Он озадаченно покачал головой:
— Я об этом не думал. Я просто хотел быть нормальным. Как другие мужчины.
— По-моему, твои инстинкты сработали правильно. Но одних инстинктов недостаточно. Ты не мог бы ради разнообразия заставить свои инстинкты и разум работать вместе, а не порознь?
Он хмыкнул.
— Не знаю. Не знаю… как теперь с ней говорить. Я же извинился, сказал, что мне стыдно.
— У вас так и не наладились отношения, да?
Куделка горестно кивнул.
— А знаешь, что меня больше всего мучило, пока мы сюда ехали? — спросила Корделия.
— Нет…
— Я не смогла попрощаться с Эйрелом. Если… если со мной что-то случится — или, если на то пошло, с ним, — между нами останется что-то незавершенное, и это не дает мне покоя. И будет уже невозможно это исправить.

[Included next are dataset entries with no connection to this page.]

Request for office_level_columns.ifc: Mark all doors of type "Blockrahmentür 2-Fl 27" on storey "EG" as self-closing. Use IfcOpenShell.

First a look at what the model holds.

```python
import ifcopenshell
import ifcopenshell.util.element

model = ifcopenshell.open("office_level_columns.ifc")
print(model.schema)
storey = next(s for s in model.by_type("IfcBuildingStorey") if s.Name == "EG")
doors = [e for e in ifcopenshell.util.element.get_decomposition(storey) if e.is_a("IfcDoor")]
seen = {}
for e in doors:
    element_type = ifcopenshell.util.element.get_type(e)
    key = (element_type.Name if element_type != e and element_type else None, ifcopenshell.util.element.get_pset(e, "Pset_DoorCommon", "SelfClosing"))
    seen[key] = seen.get(key, 0) + 1
for (name, value), count in sorted(seen.items(), key=str):
    print(count, "x", name, "|", value)
```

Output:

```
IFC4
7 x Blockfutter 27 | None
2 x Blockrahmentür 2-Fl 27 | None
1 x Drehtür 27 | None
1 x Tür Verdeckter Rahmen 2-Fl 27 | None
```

```python
import ifcopenshell
import ifcopenshell.api.pset
import ifcopenshell.util.element

model = ifcopenshell.open("office_level_columns.ifc")

storey = next(s for s in model.by_type("IfcBuildingStorey") if s.Name == "EG")
doors = [e for e in ifcopenshell.util.element.get_decomposition(storey) if e.is_a("IfcDoor")]

count = 0
for e in doors:
    element_type = ifcopenshell.util.element.get_type(e)
    if element_type in (None, e) or element_type.Name != "Blockrahmentür 2-Fl 27":
        continue
    # add_pset returns the element's existing set when there is one.
    pset = ifcopenshell.api.pset.add_pset(model, product=e, name="Pset_DoorCommon")
    ifcopenshell.api.pset.edit_pset(model, pset=pset, properties={"SelfClosing": True})
    count += 1

print(count, "doors updated")

model.write("office_level_columns_rev.ifc")
```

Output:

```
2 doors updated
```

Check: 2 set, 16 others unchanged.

— М-м. — Куделка погрузился в размышления, как-то сразу сникнув.
Корделия задумалась.
— А не попробовать ли что-нибудь еще, кроме извинений? Ну, например, спросить: «Как ты себя чувствуешь? У тебя все в порядке? Тебе помочь? Я люблю тебя». Классические фразы. Знаешь, я только сейчас заметила, что все это в основном вопросы. Они показывают, что ты хочешь начать разговор, понимаешь?
Он печально улыбнулся:
— По-моему, она больше не хочет со мной говорить.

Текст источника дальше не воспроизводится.